_What needs to be done_
Given the records below, would you repeat exactly the lines that begin at the one containing "# Site, building, storey" and end at the one containing "storey_placement = place(building_placement, origin())", inclusive?

Dataset entries
* * * * * * *
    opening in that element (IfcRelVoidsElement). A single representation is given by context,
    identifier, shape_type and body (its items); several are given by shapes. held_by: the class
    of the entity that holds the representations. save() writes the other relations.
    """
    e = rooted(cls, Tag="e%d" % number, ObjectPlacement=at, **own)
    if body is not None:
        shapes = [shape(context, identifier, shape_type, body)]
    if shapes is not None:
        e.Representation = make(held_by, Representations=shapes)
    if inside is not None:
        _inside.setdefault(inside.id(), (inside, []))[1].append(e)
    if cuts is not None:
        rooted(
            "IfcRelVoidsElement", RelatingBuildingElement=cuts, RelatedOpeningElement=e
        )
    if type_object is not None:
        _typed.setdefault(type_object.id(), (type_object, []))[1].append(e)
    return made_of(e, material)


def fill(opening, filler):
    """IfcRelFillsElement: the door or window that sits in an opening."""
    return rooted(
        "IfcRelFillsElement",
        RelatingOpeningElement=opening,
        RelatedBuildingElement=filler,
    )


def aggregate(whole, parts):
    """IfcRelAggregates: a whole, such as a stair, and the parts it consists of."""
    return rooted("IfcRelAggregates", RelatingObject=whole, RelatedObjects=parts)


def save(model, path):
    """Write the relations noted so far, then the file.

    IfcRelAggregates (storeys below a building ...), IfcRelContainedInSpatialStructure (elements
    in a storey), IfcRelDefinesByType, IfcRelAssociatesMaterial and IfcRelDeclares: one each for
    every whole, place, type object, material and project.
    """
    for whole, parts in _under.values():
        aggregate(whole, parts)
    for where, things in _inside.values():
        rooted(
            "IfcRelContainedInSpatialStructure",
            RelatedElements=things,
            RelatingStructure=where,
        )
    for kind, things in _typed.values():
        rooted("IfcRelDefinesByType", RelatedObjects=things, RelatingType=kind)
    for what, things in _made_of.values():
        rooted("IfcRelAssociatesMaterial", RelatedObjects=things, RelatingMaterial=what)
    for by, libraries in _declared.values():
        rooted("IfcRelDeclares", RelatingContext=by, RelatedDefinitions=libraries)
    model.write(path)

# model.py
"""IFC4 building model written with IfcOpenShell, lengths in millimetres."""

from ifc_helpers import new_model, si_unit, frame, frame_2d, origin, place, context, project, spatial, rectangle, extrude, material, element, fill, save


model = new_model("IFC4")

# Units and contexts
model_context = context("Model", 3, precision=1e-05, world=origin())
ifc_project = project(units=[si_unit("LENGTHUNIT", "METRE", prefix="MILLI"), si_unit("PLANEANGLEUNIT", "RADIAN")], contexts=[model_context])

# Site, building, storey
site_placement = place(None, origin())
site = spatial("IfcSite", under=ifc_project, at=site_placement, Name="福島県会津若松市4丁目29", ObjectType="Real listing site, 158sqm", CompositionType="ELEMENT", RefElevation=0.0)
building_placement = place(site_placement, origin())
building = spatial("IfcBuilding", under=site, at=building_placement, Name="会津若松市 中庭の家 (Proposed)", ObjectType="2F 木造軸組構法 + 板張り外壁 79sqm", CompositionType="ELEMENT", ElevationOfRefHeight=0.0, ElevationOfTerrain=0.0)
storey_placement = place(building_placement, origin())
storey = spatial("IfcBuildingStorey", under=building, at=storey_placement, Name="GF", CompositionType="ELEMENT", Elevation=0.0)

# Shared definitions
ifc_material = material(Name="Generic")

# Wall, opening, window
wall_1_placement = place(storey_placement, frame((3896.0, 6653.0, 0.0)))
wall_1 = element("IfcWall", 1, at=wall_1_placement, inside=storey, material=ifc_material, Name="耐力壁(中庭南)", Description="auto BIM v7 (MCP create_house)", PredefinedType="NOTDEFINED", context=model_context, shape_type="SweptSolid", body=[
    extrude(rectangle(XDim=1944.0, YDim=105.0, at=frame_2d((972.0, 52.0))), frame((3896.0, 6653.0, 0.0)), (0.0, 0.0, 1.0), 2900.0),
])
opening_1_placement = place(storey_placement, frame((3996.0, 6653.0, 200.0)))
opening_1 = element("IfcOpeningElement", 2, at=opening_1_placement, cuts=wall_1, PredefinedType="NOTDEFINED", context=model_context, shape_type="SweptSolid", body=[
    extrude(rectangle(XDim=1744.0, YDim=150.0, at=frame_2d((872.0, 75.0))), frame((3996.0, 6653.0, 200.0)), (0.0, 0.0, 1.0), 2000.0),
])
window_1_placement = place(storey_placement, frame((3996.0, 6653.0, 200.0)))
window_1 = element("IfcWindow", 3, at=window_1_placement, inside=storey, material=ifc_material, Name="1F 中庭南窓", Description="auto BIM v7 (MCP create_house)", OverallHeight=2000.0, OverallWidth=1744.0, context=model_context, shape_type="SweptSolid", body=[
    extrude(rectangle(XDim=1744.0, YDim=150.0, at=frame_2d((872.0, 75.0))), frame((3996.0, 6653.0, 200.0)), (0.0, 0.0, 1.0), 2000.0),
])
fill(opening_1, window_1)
* * * * * * *
_Exercise output_
# Site, building, storey
site_placement = place(None, origin())
site = spatial("IfcSite", under=ifc_project, at=site_placement, Name="福島県会津若松市4丁目29", ObjectType="Real listing site, 158sqm", CompositionType="ELEMENT", RefElevation=0.0)
building_placement = place(site_placement, origin())
building = spatial("IfcBuilding", under=site, at=building_placement, Name="会津若松市 中庭の家 (Proposed)", ObjectType="2F 木造軸組構法 + 板張り外壁 79sqm", CompositionType="ELEMENT", ElevationOfRefHeight=0.0, ElevationOfTerrain=0.0)
storey_placement = place(building_placement, origin())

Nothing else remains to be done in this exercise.